Señaló que “el impacto (dentro de la Policía) es fuerte porque este tipo de situaciones golpea la moral de la institución. Aunque Marenco no tuviera ninguna relación directa con el resto de los efectivos, particularmente con los de primera línea”.

“Marenco es una persona clave porque manejaba información de una de las áreas más sensibles de la Policía, que tiene que ver con todo el tema de las investigaciones y la inteligencia, que incluye la vigilancia política, investigaciones económicas, crimen organizado, narcotráfico”, comentó la experta.

La destitución y arresto de Marenco ha coincidido con el ascenso de su segundo en la Dirección de Inteligencia, el comisionado general Zhukov Serrano Pérez, quien en noviembre pasado fue nombrado subdirector de la Policía.

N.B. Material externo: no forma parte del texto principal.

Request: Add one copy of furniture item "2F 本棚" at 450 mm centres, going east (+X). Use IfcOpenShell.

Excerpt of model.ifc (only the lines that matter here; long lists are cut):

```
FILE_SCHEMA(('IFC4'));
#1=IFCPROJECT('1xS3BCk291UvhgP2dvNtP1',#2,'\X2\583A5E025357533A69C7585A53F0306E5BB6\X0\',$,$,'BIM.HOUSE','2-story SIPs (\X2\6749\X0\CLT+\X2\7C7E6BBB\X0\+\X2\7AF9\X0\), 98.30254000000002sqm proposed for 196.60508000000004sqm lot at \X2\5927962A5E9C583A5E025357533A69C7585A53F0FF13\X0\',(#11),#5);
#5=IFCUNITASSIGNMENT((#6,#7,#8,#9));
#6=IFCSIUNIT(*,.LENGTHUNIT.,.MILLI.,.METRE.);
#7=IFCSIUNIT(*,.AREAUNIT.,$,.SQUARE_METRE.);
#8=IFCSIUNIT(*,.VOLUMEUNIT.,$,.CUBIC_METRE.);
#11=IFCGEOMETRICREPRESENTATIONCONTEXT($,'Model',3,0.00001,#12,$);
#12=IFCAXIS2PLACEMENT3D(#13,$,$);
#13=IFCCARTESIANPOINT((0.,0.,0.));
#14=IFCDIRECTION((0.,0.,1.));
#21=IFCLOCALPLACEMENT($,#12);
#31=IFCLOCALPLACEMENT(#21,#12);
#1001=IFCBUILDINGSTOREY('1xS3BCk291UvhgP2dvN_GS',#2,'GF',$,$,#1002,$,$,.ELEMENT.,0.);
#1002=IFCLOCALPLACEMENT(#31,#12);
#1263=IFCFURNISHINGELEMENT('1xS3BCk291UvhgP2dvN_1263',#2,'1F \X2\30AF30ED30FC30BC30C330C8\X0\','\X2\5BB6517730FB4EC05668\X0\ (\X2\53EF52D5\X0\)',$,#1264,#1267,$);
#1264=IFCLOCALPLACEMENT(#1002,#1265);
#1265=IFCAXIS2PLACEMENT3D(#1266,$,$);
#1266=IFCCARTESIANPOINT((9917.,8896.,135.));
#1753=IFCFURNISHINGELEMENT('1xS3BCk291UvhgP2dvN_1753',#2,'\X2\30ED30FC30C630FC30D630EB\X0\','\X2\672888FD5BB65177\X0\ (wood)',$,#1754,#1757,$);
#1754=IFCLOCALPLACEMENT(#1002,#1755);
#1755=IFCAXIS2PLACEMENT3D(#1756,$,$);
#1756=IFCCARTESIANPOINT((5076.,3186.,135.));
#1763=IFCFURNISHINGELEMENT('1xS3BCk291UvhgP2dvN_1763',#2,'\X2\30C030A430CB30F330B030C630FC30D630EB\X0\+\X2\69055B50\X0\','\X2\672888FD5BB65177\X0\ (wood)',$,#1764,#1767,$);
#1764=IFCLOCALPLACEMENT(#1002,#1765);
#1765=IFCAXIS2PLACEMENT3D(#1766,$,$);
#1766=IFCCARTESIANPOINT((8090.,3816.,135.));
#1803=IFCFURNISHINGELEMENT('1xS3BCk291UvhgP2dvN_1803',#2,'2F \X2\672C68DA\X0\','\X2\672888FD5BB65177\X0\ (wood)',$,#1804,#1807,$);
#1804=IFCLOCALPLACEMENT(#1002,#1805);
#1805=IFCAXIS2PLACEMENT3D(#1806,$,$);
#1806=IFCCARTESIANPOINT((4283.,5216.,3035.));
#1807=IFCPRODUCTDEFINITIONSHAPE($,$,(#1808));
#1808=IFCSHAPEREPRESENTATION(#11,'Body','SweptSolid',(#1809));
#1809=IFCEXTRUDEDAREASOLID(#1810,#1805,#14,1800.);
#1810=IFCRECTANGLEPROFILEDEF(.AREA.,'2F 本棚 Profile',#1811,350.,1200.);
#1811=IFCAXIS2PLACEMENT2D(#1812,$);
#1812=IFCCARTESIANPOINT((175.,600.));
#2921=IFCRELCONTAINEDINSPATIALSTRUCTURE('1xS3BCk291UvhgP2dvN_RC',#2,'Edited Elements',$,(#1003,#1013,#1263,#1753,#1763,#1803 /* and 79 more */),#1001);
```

```python
import numpy as np
import ifcopenshell
import ifcopenshell.api.geometry
import ifcopenshell.api.root
import ifcopenshell.util.element
import ifcopenshell.util.placement
import ifcopenshell.util.unit

model = ifcopenshell.open("model.ifc")
unit_scale = ifcopenshell.util.unit.calculate_unit_scale(model)


def reuse_history(source, copy):
    """copy_class also copies each property set's owner history, people and application; keep the originals."""
    for rel in copy.IsDefinedBy:
        if rel.is_a("IfcRelDefinesByProperties") and (history := rel.RelatingPropertyDefinition.OwnerHistory):
            rel.RelatingPropertyDefinition.OwnerHistory = source.OwnerHistory
            ifcopenshell.util.element.remove_deep2(model, history)


source = model.by_id(1803)
base = ifcopenshell.util.placement.get_local_placement(source.ObjectPlacement)
step = np.array([1.0, 0.0, 0.0]) * 0.45 / unit_scale

for i in range(1, 2):
    copy = ifcopenshell.api.root.copy_class(model, product=source)
    copy.Representation = ifcopenshell.util.element.copy_deep(
        model, source.Representation, exclude=["IfcGeometricRepresentationContext", "IfcRepresentationMap"]
    )
    reuse_history(source, copy)
    matrix = base.copy()
    matrix[:3, 3] += i * step
    print("added at", matrix[:3, 3].round(3) + 0.0)
    ifcopenshell.api.geometry.edit_object_placement(model, product=copy, matrix=matrix, is_si=False)

model.write("model_rev.ifc")
```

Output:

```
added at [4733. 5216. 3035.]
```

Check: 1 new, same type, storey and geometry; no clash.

Además, Ortega elevó el perfil del comisionado general en retiro de la Policía, Horacio Rocha López, al nombrarlo como ministro asesor en Asuntos de Seguridad del presidente. Con esta decisión, Rocha se convirtió en la máxima autoridad ante la Presidencia en temas de seguridad, y puede participar de las reuniones del consejo de ministros, donde se abordan los temas coyunturales del país y es presidida por la vicepresidenta Murillo.

Para Cuadra, estos movimientos en la cúpula policial responden a “una reconfiguración del círculo de confianza y de lealtad más cercano de los Ortega-Murillo”.

Dijo que estos “movimientos”, generalmente, se dan en los regímenes, como el orteguista, cuando estos enfrentan o está en curso “un proceso acelerado de erosión interna de su base de apoyo”.